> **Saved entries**
******************************

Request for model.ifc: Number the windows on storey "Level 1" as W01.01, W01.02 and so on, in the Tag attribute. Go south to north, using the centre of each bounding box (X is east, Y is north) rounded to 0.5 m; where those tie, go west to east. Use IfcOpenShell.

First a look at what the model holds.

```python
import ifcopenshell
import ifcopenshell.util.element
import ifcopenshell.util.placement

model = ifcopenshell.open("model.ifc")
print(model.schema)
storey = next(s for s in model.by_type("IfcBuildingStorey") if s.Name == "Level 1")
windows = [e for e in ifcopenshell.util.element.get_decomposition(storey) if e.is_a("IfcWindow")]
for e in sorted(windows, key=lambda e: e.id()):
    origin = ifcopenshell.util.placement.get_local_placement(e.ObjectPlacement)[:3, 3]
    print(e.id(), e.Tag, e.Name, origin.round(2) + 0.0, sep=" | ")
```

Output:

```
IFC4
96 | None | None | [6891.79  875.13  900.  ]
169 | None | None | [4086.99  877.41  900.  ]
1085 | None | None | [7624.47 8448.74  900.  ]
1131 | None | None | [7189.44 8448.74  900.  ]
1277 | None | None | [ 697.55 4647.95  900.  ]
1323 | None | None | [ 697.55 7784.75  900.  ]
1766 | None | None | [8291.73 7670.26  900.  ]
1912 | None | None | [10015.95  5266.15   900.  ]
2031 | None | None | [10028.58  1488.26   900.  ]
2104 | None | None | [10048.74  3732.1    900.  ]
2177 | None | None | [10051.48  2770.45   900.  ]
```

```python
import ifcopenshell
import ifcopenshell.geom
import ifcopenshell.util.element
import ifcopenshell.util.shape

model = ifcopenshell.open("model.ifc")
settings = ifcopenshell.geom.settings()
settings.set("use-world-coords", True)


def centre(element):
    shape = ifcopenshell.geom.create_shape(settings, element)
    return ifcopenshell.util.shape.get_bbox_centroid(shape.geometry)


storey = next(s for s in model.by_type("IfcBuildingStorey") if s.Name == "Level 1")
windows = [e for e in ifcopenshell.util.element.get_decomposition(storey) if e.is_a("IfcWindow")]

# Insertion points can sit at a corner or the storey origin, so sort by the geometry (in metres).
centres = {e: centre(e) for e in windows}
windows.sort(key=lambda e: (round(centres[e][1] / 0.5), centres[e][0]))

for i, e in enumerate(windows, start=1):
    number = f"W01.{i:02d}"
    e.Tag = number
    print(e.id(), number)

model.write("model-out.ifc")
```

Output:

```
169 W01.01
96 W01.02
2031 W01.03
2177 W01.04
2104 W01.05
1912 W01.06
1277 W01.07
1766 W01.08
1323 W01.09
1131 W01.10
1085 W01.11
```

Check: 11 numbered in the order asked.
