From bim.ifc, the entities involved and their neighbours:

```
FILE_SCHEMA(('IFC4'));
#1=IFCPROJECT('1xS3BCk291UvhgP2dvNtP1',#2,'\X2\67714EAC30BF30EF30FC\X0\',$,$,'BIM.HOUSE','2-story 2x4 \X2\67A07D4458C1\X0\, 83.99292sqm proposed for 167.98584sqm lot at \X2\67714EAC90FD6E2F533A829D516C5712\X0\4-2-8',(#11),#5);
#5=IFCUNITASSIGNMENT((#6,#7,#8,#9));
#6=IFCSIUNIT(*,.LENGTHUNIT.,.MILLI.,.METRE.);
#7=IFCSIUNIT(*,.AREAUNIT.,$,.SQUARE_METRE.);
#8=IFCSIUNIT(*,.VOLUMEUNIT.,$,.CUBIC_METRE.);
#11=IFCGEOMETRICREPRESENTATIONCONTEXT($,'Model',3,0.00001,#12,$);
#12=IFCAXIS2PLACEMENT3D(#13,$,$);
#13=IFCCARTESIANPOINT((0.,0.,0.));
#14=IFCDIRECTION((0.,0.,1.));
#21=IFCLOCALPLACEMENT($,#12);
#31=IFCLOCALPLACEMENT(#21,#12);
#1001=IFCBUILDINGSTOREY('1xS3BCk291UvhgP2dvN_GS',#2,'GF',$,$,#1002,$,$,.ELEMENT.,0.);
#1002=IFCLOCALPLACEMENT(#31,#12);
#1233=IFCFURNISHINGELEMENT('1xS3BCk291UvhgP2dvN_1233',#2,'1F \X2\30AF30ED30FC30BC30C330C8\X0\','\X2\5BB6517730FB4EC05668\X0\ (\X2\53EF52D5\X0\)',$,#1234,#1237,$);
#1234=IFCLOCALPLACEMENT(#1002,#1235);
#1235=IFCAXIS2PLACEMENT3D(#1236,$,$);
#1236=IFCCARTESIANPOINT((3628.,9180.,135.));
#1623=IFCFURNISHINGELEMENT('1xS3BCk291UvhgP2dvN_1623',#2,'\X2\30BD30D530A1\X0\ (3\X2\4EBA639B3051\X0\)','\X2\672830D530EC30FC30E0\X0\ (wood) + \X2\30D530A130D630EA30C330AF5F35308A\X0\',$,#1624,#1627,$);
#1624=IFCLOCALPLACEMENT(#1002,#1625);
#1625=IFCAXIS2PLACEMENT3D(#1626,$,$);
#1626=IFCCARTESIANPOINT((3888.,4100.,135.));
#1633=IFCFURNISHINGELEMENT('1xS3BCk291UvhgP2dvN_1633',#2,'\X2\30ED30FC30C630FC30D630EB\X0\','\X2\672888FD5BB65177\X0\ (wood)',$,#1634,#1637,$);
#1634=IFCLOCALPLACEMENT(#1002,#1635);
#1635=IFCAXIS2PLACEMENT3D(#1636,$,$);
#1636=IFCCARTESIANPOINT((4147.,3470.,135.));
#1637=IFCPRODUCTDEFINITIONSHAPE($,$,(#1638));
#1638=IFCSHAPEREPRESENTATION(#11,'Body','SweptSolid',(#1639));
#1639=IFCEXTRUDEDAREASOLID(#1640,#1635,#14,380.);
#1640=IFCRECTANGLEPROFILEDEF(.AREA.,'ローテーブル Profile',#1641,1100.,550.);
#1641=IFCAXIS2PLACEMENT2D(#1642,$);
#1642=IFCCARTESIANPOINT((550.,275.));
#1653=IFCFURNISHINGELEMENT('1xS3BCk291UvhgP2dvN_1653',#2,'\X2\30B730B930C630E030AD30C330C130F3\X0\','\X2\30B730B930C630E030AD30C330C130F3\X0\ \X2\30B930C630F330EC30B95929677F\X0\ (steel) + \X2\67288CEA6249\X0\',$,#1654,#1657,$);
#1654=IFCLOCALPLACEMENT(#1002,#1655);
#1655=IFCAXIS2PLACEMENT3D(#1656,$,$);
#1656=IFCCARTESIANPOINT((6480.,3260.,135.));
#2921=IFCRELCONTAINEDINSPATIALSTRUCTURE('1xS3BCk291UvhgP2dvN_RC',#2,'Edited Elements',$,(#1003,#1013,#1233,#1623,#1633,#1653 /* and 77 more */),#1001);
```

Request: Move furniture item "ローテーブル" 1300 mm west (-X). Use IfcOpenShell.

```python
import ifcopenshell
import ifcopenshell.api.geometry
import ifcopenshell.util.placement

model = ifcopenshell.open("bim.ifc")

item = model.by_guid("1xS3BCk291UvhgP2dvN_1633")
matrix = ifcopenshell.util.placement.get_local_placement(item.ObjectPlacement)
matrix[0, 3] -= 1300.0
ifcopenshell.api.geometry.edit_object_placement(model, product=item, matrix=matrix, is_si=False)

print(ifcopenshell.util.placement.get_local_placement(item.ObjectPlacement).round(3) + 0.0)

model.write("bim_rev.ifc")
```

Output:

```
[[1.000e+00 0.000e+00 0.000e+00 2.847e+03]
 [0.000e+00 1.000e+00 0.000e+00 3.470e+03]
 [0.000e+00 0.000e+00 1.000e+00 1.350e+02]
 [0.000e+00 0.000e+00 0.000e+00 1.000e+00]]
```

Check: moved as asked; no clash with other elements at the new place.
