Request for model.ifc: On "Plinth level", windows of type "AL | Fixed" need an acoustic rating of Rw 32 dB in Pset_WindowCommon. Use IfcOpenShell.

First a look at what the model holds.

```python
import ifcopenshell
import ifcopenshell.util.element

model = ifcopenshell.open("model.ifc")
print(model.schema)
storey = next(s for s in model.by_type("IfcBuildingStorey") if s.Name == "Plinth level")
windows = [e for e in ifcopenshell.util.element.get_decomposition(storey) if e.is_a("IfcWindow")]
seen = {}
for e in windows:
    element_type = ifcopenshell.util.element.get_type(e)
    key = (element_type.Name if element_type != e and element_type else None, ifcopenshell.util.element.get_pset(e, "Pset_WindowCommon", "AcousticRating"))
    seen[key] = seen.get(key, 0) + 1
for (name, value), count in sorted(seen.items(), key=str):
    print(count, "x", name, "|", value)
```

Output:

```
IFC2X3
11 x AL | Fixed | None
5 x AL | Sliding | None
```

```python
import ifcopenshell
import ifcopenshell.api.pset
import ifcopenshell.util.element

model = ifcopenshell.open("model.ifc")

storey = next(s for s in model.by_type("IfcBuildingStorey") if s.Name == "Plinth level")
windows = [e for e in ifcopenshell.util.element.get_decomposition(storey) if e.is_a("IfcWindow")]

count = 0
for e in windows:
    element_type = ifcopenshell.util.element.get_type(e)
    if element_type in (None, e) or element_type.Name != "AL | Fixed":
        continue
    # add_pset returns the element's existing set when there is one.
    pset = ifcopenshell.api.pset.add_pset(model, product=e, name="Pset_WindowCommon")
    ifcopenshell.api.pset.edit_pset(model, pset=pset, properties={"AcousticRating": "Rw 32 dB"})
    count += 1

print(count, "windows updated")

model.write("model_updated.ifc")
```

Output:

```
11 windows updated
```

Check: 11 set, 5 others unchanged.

******************************

> **EXERCISE DIRECTIONS**
Copy each line of the entries in which the string "IFCLOCALPLACEMENT" is found.

> **EXERCISE RESPONSE**
#21=IFCLOCALPLACEMENT($,#12);
#31=IFCLOCALPLACEMENT(#21,#12);
#1002=IFCLOCALPLACEMENT(#31,#12);
#1234=IFCLOCALPLACEMENT(#1002,#1235);
#1624=IFCLOCALPLACEMENT(#1002,#1625);
#1634=IFCLOCALPLACEMENT(#1002,#1635);
#1654=IFCLOCALPLACEMENT(#1002,#1655);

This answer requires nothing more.